Future research should integrate emerging technologies (e.g., remote sensing, big data analytics) to assess ecological impacts across multiple dimensions. Additionally, exploratory investigations should address the scale dependency of EEQ corresponding to varying grid sizes and geometries, while conducting in-depth analyses of EEQ at significantly finer resolutions.
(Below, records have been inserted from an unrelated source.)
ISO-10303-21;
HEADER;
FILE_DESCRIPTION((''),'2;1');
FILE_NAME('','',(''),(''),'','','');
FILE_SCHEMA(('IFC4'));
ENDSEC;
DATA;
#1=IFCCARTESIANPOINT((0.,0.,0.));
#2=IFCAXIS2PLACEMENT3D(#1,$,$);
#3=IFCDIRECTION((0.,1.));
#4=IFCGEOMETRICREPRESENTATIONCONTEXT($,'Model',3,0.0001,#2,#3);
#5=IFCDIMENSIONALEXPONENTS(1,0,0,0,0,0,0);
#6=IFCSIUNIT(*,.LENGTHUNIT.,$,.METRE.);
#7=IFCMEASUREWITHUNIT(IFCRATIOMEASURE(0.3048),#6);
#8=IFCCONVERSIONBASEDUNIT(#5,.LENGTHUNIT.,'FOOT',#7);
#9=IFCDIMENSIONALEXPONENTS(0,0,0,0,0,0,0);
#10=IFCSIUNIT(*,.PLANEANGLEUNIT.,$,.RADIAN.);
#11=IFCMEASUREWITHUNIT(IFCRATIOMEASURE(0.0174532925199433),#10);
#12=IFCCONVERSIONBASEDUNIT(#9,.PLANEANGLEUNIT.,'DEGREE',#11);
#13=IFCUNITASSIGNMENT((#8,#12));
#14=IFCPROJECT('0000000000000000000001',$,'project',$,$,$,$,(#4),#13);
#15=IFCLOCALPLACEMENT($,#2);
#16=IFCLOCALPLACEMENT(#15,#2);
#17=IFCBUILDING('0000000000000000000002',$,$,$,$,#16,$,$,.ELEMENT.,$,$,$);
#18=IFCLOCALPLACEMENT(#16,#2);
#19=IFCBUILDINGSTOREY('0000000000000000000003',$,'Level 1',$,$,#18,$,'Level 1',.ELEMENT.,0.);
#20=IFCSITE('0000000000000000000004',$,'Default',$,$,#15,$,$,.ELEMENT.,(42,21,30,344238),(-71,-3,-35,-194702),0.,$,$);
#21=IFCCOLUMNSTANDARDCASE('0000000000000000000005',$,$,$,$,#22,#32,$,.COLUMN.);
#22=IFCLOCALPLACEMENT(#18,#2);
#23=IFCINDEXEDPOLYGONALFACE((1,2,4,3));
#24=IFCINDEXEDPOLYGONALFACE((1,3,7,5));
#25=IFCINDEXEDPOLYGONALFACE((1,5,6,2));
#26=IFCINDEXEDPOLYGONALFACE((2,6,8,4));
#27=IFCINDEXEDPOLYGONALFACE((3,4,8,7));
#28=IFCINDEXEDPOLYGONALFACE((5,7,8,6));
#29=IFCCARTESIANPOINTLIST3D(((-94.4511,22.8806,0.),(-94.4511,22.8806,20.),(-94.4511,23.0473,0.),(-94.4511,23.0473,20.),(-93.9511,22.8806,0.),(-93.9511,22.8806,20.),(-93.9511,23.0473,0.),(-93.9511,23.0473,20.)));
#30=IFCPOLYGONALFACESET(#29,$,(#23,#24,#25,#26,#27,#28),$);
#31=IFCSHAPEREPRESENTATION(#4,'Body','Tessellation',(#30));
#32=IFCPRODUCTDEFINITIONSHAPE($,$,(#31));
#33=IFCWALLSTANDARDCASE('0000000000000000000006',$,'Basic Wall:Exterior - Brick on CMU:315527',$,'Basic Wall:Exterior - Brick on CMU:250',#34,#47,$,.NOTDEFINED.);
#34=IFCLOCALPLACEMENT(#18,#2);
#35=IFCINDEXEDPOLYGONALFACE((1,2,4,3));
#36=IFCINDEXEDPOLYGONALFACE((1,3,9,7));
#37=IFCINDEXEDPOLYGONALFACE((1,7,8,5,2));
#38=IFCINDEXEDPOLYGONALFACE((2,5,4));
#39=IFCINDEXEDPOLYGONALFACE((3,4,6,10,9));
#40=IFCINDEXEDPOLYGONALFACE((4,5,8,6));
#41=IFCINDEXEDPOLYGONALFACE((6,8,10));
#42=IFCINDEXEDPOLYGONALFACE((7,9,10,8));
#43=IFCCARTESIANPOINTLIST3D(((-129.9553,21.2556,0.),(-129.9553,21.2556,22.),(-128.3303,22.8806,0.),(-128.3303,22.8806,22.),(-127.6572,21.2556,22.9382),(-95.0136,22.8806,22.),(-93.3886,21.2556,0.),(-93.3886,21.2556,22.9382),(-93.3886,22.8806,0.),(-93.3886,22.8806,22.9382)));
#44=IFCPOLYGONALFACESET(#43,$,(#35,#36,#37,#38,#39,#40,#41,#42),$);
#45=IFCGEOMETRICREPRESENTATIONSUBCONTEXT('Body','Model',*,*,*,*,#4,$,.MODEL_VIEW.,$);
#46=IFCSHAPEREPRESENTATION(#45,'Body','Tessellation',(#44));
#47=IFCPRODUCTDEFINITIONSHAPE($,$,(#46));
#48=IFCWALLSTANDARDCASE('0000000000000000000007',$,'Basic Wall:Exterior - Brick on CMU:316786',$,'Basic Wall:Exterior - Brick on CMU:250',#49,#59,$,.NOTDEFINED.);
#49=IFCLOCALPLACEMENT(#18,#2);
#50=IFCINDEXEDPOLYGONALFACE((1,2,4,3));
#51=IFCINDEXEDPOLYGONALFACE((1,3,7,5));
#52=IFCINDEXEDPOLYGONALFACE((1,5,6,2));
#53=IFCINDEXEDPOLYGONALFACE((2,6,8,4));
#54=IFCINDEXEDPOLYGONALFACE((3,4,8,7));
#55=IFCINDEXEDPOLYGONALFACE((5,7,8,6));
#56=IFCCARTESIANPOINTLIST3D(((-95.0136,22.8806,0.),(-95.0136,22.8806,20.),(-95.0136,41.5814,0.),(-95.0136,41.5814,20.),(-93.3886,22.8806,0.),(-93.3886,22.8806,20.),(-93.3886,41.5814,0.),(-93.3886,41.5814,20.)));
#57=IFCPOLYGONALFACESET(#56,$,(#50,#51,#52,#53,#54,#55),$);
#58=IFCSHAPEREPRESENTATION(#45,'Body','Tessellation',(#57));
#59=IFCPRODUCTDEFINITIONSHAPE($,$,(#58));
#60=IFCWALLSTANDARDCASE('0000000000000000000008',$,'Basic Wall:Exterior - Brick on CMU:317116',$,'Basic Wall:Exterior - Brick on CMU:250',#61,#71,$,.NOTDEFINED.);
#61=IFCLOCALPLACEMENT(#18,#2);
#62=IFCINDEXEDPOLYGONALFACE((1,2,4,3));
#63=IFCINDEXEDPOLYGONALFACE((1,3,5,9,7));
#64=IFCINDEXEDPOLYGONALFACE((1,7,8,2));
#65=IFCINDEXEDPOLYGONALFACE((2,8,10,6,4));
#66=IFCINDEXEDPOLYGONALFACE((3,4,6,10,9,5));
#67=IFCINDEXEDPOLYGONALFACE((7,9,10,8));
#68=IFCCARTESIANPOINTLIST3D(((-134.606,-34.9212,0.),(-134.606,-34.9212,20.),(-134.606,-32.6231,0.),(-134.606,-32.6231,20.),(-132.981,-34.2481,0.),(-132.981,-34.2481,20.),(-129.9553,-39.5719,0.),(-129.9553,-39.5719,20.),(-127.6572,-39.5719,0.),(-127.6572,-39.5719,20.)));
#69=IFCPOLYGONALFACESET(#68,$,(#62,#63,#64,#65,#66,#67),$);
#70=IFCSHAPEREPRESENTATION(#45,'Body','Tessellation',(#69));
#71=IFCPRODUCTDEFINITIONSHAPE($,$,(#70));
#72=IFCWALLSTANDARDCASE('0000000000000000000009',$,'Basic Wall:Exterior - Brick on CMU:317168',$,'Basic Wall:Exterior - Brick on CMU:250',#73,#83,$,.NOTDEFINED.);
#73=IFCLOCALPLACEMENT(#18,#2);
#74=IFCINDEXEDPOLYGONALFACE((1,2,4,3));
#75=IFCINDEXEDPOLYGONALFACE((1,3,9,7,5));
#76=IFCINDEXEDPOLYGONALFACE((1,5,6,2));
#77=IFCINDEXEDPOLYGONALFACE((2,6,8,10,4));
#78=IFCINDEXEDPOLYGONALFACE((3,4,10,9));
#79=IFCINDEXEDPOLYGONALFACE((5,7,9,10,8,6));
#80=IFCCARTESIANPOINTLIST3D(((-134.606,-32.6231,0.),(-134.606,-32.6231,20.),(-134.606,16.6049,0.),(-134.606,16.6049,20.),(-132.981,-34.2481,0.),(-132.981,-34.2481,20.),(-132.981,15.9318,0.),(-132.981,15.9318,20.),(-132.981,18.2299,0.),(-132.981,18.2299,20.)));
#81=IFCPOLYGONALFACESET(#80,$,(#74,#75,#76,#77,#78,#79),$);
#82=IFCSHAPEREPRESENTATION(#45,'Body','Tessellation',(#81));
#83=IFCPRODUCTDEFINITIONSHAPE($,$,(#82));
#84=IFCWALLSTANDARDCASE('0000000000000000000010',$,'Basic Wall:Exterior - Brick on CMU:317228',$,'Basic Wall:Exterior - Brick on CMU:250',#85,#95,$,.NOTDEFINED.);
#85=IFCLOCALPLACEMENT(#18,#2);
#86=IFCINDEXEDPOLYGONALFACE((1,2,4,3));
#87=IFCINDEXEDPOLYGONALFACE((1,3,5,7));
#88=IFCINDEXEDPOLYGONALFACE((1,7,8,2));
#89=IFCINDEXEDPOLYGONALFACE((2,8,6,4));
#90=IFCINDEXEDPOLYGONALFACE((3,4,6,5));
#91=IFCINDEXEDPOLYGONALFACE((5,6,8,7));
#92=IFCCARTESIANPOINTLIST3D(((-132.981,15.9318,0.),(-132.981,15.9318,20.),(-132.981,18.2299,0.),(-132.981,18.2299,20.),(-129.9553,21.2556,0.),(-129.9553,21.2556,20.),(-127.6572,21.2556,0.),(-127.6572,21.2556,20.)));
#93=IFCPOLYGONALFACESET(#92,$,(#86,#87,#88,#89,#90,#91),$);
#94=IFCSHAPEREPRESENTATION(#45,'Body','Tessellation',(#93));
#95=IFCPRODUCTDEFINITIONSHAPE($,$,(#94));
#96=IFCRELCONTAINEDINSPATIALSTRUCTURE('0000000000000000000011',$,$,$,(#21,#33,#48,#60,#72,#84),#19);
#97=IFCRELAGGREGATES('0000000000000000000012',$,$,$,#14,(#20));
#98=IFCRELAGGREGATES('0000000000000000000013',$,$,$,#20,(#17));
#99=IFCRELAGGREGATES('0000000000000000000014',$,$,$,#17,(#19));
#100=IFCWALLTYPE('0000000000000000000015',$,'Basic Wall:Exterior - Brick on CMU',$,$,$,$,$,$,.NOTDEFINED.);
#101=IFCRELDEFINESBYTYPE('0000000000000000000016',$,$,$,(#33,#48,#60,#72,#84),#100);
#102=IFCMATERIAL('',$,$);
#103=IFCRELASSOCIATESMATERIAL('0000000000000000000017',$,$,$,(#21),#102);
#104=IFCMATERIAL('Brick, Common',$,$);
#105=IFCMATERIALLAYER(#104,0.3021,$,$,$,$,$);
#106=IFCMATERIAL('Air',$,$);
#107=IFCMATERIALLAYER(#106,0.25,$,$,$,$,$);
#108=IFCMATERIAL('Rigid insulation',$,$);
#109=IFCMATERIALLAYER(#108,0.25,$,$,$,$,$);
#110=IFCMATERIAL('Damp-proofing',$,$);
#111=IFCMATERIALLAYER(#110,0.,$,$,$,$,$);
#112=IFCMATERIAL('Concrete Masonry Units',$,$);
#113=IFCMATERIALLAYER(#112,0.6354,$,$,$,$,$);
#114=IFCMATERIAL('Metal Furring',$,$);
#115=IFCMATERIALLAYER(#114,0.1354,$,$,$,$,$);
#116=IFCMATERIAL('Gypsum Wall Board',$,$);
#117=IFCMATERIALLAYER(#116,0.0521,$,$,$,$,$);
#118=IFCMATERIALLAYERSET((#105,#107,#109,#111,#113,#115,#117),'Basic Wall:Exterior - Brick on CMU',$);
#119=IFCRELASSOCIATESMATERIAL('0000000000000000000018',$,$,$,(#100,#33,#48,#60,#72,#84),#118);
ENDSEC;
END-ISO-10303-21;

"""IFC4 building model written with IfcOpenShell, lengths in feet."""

from ifc_helpers import new_model, entity, si_unit, converted_unit, direction, frame, frame_2d, origin, place, context, subcontext, project, spatial, polyline, rectangle, outline, extrude, clip, bounded_halfspace, material, layer, layer_set, layer_usage, type_object, element, save


model = new_model("IFC4")

# Units and contexts
model_context = context("Model", 3, precision=0.0001, world=origin(), true_north=direction((0.0, 1.0)))
body_context = subcontext(model_context, "Body", "Model", "MODEL_VIEW")
ifc_project = project(units=[converted_unit("LENGTHUNIT", "FOOT", entity("IfcRatioMeasure", 0.3048), si_unit("LENGTHUNIT", "METRE"), dimensions=[1, 0, 0, 0, 0, 0, 0]), converted_unit("PLANEANGLEUNIT", "DEGREE", entity("IfcRatioMeasure", 0.0174532925199433), si_unit("PLANEANGLEUNIT", "RADIAN"), dimensions=[0, 0, 0, 0, 0, 0, 0])], contexts=[model_context])

# Site, building, storey
site_placement = place(None, origin())
site = spatial("IfcSite", under=ifc_project, at=site_placement, Name="Default", CompositionType="ELEMENT", RefLatitude=(42, 21, 30, 344238), RefLongitude=(-71, -3, -35, -194702), RefElevation=0.0)
building_placement = place(site_placement, origin())
building = spatial("IfcBuilding", under=site, at=building_placement, CompositionType="ELEMENT")
storey_placement = place(building_placement, origin())
storey = spatial("IfcBuildingStorey", under=building, at=storey_placement, Name="Level 1", LongName="Level 1", CompositionType="ELEMENT", Elevation=0.0)

# Column
ifc_material_1 = material(Name="")
wall_1_placement = place(storey_placement, frame((-94.2011, 22.8806, 0.0), z_axis=(0.0, 0.0, 1.0), x_axis=(0.0, 1.0, 0.0)))
for number, where, z_axis, x_axis in (
    (1, (0.0833, 0.0, 0.0), (0.0, 0.0, 1.0), (1.0, 0.0, 0.0)),
):
    element("IfcColumnStandardCase", number, at=place(wall_1_placement, frame(where, z_axis=z_axis, x_axis=x_axis)), inside=storey, material=ifc_material_1, PredefinedType="COLUMN", context=model_context, shape_type="SweptSolid", body=[
        extrude(rectangle(XDim=0.1667, YDim=0.5), origin(), (0.0, 0.0, 1.0), 20.0),
    ])

# Walls
ifc_material_2 = material(Name="Brick, Common")
ifc_layer_1 = layer(ifc_material_2, 0.3021)
ifc_material_3 = material(Name="Air")
ifc_layer_2 = layer(ifc_material_3, 0.25)
ifc_material_4 = material(Name="Rigid insulation")
ifc_layer_3 = layer(ifc_material_4, 0.25)
ifc_material_5 = material(Name="Damp-proofing")
ifc_layer_4 = layer(ifc_material_5, 0.0)
ifc_material_6 = material(Name="Concrete Masonry Units")
ifc_layer_5 = layer(ifc_material_6, 0.6354)
ifc_material_7 = material(Name="Metal Furring")
ifc_layer_6 = layer(ifc_material_7, 0.1354)
ifc_material_8 = material(Name="Gypsum Wall Board")
ifc_layer_7 = layer(ifc_material_8, 0.0521)
ifc_layer_set = layer_set([ifc_layer_1, ifc_layer_2, ifc_layer_3, ifc_layer_4, ifc_layer_5, ifc_layer_6, ifc_layer_7], Name="Basic Wall:Exterior - Brick on CMU")
ifc_layer_usage_1 = layer_usage(ifc_layer_set, "AXIS2", "NEGATIVE", 0.8125)
wall_type = type_object("IfcWallType", Name="Basic Wall:Exterior - Brick on CMU", PredefinedType="NOTDEFINED", material=ifc_layer_set)
wall_2_placement = place(storey_placement, frame((-129.9553, 22.0681, 0.0)))
element("IfcWallStandardCase", 2, at=wall_2_placement, inside=storey, type_object=wall_type, material=ifc_layer_usage_1, Name="Basic Wall:Exterior - Brick on CMU:315527", ObjectType="Basic Wall:Exterior - Brick on CMU:250", PredefinedType="NOTDEFINED", context=body_context, shape_type="Clipping", body=[
    clip(clip(clip(extrude(outline(polyline([(36.5667, -0.8125), (36.5667, 0.8125), (34.9417, 0.8125), (1.625, 0.8125), (0.0, -0.8125), (2.2981, -0.8125), (36.5667, -0.8125)])), origin(), (0.0, 0.0, 1.0), 22.9382), bounded_halfspace(frame((2.2981, -0.8125, 22.9382), z_axis=(0.0, 0.5, 0.866025), x_axis=(-1.0, 0.0, 0.0)), False, frame((2.2981, -0.8125, 22.9382)), polyline([(0.0, 0.0), (34.2686, 0.0), (32.6436, 1.625), (-0.6731, 1.625), (0.0, 0.0)]))), bounded_halfspace(frame((0.0, -0.8125, 22.0), z_axis=(-0.353553, 0.353553, 0.866025), x_axis=(-0.707107, -0.707107, 0.0)), False, frame((0.0, -0.8125, 22.0)), polyline([(0.0, 0.0), (2.2981, 0.0), (1.625, 1.625), (0.0, 0.0)]))), bounded_halfspace(frame((36.5667, -0.8125, 22.9382), z_axis=(-0.5, 0.0, 0.866025), x_axis=(0.0, -1.0, 0.0)), False, frame((36.5667, -0.8125, 22.9382)), polyline([(0.0, 0.0), (0.0, 1.625), (-1.625, 1.625), (0.0, 0.0)]))),
])
ifc_layer_usage_2 = layer_usage(ifc_layer_set, "AXIS2", "NEGATIVE", 0.8125)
Cross-regional comparative studies are needed to elucidate commonalities and divergences in land use transition effects in different geographical and socio-economic contexts. Additionally, advanced modeling frameworks should investigate nonlinear relationships between EEQ and its drivers, such as threshold effects and synergistic interactions.

5. Conclusions

This study analyzed land use pattern changes in the study area and explored the impacts of land use transition on EEQ across four spatial scales (city, county, township, and grid), identifying key driving factors. The main findings are summarized as follows:

The PLES area distribution ranked from largest to smallest as ES > PS > LS, with FEL being the dominant secondary category, consistently covering over 60% of the total area. Land use transition occurred across 2.80% of the study area during the study period, primarily characterized by APL outflows and IML inflows. The most intensive transition period was 2010–2015.

The EEQ index fluctuated between 0.665 and 0.675, exhibiting significant scale dependency. Moran’s I values decreased sequentially from the county scale to township, grid, and city scales, with the strongest spatial clustering observed at the county scale, indicating maximum spatial heterogeneity of EEQ at this level.

City and county scales exhibited universal EEQ degradation, whereas township and grid scales showed coexisting degradation and localized improvement. In positive-effect zones, conversions of WEL and IML to GEL played pivotal roles. In negative-effect zones, EEQ degradation was primarily driven by conversions of FEL, WEL, and APL to IML.

EEQ drivers also demonstrated scale dependency. Analysis revealed that precipitation was the primary driving factor for EEQ at the grid and township scales, while NDVI dominated at the county and city scales, confirming natural factors as primary cross-scale influencers. Socio-economic factors exerted significant effects only at the city and county scales.